I should switch to filtering for transcripts in which the "transcript_type" is protein coding. This will involve rerunning most of my pipeline.

A similar approach is to exclude transcripts with the "no_exp_lof" flag in gnomAD.

In [5]:
m7 = new.gnomad_flags.fillna("").str.contains("no_exp_lof")

new_coding = new[~m7].copy()
new_coding.shape

(356, 19)

We drop 21 transcripts with the "no_exp_lof" flag.
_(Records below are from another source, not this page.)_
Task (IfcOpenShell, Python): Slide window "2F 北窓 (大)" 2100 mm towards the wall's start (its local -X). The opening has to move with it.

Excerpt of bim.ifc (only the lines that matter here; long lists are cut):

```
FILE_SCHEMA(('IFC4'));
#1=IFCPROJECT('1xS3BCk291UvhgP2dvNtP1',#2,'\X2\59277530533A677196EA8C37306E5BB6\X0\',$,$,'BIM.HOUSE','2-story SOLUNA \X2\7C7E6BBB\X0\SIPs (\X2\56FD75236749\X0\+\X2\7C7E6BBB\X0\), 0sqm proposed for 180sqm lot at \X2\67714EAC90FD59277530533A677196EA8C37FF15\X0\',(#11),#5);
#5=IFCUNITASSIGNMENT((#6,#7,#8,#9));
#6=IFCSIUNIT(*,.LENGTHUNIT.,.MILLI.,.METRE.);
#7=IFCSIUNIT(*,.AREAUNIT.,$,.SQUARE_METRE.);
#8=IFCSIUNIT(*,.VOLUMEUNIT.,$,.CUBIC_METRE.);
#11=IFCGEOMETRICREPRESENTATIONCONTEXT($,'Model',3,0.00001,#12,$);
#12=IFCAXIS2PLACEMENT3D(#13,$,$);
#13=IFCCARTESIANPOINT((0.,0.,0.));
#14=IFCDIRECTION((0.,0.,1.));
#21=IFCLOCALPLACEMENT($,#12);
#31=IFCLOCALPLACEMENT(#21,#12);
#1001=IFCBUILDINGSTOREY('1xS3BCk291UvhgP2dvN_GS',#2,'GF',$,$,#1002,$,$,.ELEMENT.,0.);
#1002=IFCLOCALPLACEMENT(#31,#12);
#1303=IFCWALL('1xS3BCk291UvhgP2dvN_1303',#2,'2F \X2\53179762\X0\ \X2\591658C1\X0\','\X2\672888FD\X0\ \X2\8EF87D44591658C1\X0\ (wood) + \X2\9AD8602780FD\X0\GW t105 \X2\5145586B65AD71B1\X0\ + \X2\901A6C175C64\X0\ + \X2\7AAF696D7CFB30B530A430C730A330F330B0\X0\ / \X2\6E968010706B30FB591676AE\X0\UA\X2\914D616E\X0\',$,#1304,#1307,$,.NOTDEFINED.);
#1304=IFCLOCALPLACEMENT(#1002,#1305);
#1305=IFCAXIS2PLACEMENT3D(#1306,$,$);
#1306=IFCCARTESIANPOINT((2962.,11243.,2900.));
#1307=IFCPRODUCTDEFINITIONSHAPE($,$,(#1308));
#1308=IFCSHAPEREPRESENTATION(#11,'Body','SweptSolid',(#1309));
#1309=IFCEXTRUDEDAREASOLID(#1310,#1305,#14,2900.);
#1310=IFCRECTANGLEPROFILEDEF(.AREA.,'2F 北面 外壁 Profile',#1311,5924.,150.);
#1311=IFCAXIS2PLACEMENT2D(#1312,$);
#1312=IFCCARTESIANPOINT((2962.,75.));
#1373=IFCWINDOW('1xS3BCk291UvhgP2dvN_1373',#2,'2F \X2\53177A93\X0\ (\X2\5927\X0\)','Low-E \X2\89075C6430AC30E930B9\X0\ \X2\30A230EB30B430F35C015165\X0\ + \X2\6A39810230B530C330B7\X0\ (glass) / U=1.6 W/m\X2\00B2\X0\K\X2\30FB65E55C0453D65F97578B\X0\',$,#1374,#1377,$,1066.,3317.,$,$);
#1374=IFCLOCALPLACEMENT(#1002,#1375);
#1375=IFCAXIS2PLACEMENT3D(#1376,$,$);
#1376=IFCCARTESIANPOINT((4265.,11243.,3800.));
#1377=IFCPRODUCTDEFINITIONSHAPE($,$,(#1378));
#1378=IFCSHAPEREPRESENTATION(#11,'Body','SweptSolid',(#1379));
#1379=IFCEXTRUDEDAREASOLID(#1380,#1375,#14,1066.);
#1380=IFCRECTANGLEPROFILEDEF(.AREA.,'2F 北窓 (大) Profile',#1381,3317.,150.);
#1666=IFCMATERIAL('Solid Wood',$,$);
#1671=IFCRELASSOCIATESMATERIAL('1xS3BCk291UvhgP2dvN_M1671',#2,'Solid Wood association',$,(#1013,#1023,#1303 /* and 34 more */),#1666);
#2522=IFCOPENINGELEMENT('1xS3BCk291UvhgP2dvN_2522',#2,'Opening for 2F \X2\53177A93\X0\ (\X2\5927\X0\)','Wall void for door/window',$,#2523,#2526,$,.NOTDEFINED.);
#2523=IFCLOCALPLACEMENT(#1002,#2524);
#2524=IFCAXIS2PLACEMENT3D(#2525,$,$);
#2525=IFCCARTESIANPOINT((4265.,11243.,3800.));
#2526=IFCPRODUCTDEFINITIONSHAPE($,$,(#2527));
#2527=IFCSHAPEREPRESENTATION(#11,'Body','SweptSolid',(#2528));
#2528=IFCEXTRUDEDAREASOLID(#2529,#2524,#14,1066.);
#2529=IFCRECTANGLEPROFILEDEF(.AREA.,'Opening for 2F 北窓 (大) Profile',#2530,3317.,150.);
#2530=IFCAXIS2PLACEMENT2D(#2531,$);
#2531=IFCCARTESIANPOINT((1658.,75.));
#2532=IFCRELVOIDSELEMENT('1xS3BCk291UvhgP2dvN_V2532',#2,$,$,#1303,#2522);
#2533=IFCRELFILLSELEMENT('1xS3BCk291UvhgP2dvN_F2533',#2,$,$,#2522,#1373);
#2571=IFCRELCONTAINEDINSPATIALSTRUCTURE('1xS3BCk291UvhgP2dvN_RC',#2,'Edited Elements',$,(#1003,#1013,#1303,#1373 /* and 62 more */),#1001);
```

```python
import ifcopenshell
import ifcopenshell.api.geometry
import ifcopenshell.util.placement
import ifcopenshell.util.unit

model = ifcopenshell.open("bim.ifc")
unit_scale = ifcopenshell.util.unit.calculate_unit_scale(model)

window = model.by_guid("1xS3BCk291UvhgP2dvN_1373")
opening = window.FillsVoids[0].RelatingOpeningElement
wall = opening.VoidsElements[0].RelatingBuildingElement

wall_matrix = ifcopenshell.util.placement.get_local_placement(wall.ObjectPlacement)
shift = wall_matrix[:3, 0] * -2.1 / unit_scale
before = ifcopenshell.util.placement.get_local_placement(window.ObjectPlacement)[:3, 3].copy()

# The window is not placed relative to its opening, so move both.
for product in (opening, window):
    matrix = ifcopenshell.util.placement.get_local_placement(product.ObjectPlacement)
    matrix[:3, 3] += shift
    ifcopenshell.api.geometry.edit_object_placement(model, product=product, matrix=matrix, is_si=False)

after = ifcopenshell.util.placement.get_local_placement(window.ObjectPlacement)[:3, 3]
print("window moved by", (after - before).round(3) + 0.0)

model.write("bim_updated.ifc")
```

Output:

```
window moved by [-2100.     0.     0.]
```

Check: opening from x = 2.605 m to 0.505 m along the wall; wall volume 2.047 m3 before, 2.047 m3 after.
We should also drop those transcripts which are missing constraint annotations in gnomAD. Possibly this is due to limited coverage.

In [6]:
new_coding = new_coding.dropna()
new_coding.shape

(350, 19)

A further six transcripts are dropped.

In [7]:
new_coding.gnomad_flags.value_counts()

[]                               337
["outlier_syn"]                    7
["outlier_mis","outlier_syn"]      5
["outlier_mis"]                    1
Name: gnomad_flags, dtype: int64

Thirteen of the transcripts are outliers for synonymous / missense variants in gnomAD. 

In total, we find 337 "newly-constrained" transcripts.

These are likely to be accounted for by:
1) The inclusion of splicing variants in gnomAD constraint.
2) The more conservative nature of LOEUF.

## Genes which are not constrained in gnomAD, but which have regional nonsense constraint.

In [8]:
m8 = df["region"] != "transcript"

new_regional = df[m8 & m2 & m3 & m5].copy() # Drops NaN values in pli & loeuf columns
new_regional.enst.nunique()

622

There are 622 transcripts which are not constrained in gnomAD, but which have regional nonsense constraint.

In [9]:
new_regional.region.value_counts()

nmd_target        316
distal_nmd        251
long_exon          59
start_proximal     24
Name: region, dtype: int64

316 are constrained in NMD target regions. 334 are constrained in NMD escape regions.

In [10]:
new_regional.gnomad_flags.value_counts()

[]                               629
["outlier_mis","outlier_syn"]     11
["outlier_syn"]                   10
Name: gnomad_flags, dtype: int64

21 are flagged as outliers for missense / synonymous variants in gnomAD.